Name: James Griesemer
Position: Chair and professor
What is the philosophy of science?
Philosophy of science is the study of science. We try to understand what science is and how it works. Of course, since most of us are academics, we try to explain that to other people and we get into debates about that, so we have scholarly discussions about whether one person is right in their interpretation or not.
What do philosophers of science aim to do?
The shortest answer is we aim to understand science. The slightly longer answer is we aim to understand the concepts and theories, the methods and practices, and the reasons and values of science.
How did you get interested in this field?
My father is a biologist; I think that had a lot to do with my initial interest in biology. When I was an undergraduate, I was interested in genetics and the law. This was the late ’60s, early ’70s, and it seemed to me that what goes on in genetics during that time is going to have a big impact. Genetic engineering was just getting started. People were worried about recombinant DNA and whether scientists might make microorganisms that would escape into the environment and be dangerous. There was a lot of discussion then about the social implications of biology and so I was interested in that – on the public interest side. But along the way I got disinterested in becoming a lawyer, so I went in a different direction.
What’s your current project?
I am writing a book called Reproduction in the Evolutionary Process. What it’s about is how different kinds of biological processes fit together. I am interested in how inheritance, development and evolution have to all hook together conceptually in order to have a theory of evolution. Development has been, theoretically speaking, the aspect that has been left out. There’s been a hundred-plus years of investigation of the role inheritance in evolution, but how it fits together with developmental biology is very unclear.
What classes do you teach?
Right now, because I am department chair, I teach two classes. I teach a class on scientific reasoning, Philosophy 31, and I teach a class on Darwin in [the] science and technology studies department, STS 131.

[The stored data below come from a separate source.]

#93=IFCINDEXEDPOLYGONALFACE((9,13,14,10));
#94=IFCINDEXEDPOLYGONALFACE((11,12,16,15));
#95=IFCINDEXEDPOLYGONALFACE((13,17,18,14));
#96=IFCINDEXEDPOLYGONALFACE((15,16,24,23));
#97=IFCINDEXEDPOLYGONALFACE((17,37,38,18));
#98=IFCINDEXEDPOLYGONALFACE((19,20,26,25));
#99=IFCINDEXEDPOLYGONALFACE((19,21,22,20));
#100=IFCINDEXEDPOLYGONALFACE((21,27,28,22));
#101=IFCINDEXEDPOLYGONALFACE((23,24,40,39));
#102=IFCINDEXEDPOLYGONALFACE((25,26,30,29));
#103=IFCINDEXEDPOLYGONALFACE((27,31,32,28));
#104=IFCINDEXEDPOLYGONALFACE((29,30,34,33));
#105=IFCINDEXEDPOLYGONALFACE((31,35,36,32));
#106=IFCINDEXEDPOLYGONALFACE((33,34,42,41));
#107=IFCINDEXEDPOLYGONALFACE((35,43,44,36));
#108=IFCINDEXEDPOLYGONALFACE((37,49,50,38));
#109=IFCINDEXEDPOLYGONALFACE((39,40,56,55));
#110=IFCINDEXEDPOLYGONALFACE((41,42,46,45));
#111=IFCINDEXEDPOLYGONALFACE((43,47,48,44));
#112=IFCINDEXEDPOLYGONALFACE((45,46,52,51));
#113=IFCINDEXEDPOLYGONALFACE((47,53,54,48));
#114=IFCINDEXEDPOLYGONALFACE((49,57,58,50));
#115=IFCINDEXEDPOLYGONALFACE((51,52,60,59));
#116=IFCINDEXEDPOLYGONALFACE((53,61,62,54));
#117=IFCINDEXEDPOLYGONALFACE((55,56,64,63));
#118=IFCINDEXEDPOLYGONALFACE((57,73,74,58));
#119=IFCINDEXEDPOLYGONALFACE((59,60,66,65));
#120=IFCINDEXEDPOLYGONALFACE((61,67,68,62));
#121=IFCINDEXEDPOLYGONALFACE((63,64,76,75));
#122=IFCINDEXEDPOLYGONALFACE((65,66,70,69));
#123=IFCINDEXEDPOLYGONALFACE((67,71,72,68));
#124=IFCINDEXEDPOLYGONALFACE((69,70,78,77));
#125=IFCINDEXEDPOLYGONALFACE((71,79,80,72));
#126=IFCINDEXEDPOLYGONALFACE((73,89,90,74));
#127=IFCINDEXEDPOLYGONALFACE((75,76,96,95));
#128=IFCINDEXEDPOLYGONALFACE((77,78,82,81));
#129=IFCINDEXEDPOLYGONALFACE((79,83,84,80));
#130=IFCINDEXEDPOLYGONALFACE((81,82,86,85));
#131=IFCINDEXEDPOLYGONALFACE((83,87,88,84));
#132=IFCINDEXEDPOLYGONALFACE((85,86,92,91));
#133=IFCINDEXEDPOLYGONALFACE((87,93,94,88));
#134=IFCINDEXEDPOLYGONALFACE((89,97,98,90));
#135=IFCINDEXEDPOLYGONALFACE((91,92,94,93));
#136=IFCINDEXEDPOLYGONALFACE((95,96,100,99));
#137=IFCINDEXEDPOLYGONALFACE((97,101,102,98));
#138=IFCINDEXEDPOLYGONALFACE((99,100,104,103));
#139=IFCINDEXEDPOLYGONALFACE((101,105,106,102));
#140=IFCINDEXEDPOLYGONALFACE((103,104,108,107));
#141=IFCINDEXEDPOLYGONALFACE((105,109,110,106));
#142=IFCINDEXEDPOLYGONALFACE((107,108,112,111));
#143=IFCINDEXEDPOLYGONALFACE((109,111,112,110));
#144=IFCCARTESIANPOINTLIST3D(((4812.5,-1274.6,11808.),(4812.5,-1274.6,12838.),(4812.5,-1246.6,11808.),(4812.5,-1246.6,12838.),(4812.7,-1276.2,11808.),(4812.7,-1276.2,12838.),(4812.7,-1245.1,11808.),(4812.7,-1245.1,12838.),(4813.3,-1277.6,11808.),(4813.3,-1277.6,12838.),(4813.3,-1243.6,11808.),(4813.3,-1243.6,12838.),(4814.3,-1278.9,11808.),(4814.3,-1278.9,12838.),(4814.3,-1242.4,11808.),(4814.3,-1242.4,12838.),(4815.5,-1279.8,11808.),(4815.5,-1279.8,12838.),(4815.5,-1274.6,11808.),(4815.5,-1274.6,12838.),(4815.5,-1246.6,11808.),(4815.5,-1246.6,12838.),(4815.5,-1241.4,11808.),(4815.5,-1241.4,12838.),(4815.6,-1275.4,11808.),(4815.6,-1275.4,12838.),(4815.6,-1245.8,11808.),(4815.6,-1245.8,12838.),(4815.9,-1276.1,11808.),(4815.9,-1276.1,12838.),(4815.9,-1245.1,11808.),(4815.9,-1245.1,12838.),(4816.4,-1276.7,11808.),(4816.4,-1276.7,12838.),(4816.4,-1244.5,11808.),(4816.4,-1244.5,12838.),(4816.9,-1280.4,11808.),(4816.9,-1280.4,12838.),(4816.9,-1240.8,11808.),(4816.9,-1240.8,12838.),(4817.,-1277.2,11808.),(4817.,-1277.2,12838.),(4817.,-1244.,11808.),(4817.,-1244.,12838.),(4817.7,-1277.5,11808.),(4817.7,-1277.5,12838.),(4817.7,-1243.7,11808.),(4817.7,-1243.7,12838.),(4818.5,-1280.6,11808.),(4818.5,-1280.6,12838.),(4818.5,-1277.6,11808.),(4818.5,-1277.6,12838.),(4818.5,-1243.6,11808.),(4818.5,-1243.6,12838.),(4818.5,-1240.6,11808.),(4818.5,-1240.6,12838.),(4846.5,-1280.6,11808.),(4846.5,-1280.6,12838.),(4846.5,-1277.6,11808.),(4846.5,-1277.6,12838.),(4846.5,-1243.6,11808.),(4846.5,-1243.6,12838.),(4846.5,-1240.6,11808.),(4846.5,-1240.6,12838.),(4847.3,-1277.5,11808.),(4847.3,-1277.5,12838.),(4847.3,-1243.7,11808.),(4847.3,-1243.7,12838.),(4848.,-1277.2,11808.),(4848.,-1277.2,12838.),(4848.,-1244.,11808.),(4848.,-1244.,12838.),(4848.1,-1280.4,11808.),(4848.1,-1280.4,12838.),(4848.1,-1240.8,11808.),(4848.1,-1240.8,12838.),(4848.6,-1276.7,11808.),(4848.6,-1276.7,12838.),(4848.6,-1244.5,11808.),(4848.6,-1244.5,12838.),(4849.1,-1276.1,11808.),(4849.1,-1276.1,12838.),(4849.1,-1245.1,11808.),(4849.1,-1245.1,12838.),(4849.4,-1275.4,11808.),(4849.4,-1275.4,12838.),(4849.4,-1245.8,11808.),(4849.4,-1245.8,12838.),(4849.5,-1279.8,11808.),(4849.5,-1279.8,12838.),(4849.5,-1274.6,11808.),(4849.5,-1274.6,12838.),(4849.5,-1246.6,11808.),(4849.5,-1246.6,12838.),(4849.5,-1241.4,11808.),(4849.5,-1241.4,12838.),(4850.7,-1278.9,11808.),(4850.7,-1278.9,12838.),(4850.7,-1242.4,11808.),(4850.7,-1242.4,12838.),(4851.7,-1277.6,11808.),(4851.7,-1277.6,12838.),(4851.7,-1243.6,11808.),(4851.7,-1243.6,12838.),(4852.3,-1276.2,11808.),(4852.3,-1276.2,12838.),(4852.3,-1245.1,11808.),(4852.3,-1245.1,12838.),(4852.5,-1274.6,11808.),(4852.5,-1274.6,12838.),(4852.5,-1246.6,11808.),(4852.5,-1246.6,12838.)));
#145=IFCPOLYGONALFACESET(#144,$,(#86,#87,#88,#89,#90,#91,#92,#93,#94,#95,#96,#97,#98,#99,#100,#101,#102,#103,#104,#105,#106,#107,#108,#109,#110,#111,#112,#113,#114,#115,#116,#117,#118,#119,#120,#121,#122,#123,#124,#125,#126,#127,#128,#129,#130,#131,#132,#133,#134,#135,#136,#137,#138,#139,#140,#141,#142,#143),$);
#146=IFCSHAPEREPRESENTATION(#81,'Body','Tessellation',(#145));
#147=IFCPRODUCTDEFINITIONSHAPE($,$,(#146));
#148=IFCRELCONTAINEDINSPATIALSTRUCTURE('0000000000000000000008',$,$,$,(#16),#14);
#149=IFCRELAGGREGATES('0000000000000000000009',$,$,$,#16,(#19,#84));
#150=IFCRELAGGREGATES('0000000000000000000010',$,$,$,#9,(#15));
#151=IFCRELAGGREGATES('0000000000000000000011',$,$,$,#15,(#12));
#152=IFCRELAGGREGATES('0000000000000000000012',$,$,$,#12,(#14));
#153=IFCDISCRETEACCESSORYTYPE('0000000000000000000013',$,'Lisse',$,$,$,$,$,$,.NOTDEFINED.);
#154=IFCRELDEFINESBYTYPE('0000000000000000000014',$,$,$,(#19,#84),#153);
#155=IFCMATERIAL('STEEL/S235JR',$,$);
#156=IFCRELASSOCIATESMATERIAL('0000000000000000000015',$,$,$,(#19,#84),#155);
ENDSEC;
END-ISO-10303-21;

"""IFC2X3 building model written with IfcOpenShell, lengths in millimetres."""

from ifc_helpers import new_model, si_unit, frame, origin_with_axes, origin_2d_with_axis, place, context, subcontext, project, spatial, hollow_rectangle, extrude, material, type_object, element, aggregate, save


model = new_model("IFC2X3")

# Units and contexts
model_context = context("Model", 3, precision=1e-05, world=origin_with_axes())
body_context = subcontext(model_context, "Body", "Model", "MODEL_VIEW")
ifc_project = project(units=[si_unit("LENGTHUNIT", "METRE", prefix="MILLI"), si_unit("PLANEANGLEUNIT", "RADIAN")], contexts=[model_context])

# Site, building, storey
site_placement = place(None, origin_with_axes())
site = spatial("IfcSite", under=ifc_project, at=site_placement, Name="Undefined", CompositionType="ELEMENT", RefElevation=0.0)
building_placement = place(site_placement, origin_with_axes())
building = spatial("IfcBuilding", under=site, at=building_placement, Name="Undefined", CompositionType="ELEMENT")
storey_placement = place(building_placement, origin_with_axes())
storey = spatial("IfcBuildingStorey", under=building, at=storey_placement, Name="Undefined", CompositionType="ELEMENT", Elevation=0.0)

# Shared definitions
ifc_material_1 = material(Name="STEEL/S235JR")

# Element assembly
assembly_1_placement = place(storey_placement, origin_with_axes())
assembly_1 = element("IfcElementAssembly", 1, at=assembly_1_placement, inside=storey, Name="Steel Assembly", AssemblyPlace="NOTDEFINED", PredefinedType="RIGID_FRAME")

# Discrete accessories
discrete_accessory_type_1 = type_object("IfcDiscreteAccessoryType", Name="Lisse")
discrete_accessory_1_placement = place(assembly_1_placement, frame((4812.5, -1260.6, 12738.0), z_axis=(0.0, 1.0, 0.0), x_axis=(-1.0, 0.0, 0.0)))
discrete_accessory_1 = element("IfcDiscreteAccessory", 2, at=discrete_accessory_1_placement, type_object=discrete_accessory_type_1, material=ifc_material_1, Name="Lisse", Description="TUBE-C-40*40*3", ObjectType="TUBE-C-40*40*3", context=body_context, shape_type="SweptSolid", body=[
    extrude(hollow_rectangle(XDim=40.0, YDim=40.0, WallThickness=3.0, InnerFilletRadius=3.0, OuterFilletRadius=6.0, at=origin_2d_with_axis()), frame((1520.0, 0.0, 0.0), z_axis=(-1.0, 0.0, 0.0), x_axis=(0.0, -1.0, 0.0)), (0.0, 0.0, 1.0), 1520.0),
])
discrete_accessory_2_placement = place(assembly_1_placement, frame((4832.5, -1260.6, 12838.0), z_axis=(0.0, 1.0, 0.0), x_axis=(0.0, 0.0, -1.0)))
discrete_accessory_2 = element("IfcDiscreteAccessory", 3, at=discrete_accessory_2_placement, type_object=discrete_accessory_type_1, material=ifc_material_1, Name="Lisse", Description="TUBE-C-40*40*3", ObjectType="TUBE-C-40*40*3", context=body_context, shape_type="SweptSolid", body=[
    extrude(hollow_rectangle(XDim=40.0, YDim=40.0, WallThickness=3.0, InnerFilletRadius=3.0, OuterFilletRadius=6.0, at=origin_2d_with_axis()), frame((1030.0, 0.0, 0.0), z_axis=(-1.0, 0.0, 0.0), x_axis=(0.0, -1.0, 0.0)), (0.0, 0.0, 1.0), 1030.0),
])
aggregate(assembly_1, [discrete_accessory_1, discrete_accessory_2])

Another aspect that philosophers of science do is displayed in that Darwin class. We’re not just interested in philosophical questions. If you want to understand science you also have to study the history of science, because what we think about today in science depends on what happened yesterday.
We also think about social studies of science, [about] scientists as people in jobs, which is how a scientist is organized in the 20th and 21st century. They have jobs. How do they do their work as part of social organizations like the university?
My Darwin class deals with all of those aspects. It focuses on Darwin because I am interested in biology, but Darwin as an individual had a particular history that was important to the kind of science he did. He was a Victorian English gentleman. His values had everything to do with the kind of science he did. The social context of his development as a person and the kind of science he did was very important to his science and so trying to understand Darwin[‘s] science involves all of those kinds of things: his history, his society and culture, the concepts, theories and methods that he used. Part of the point of that course is to try to bring all of those things together to understand them as a whole. When I am not being department chair, I teach a class called philosophy of biology. It’s Philosophy 108.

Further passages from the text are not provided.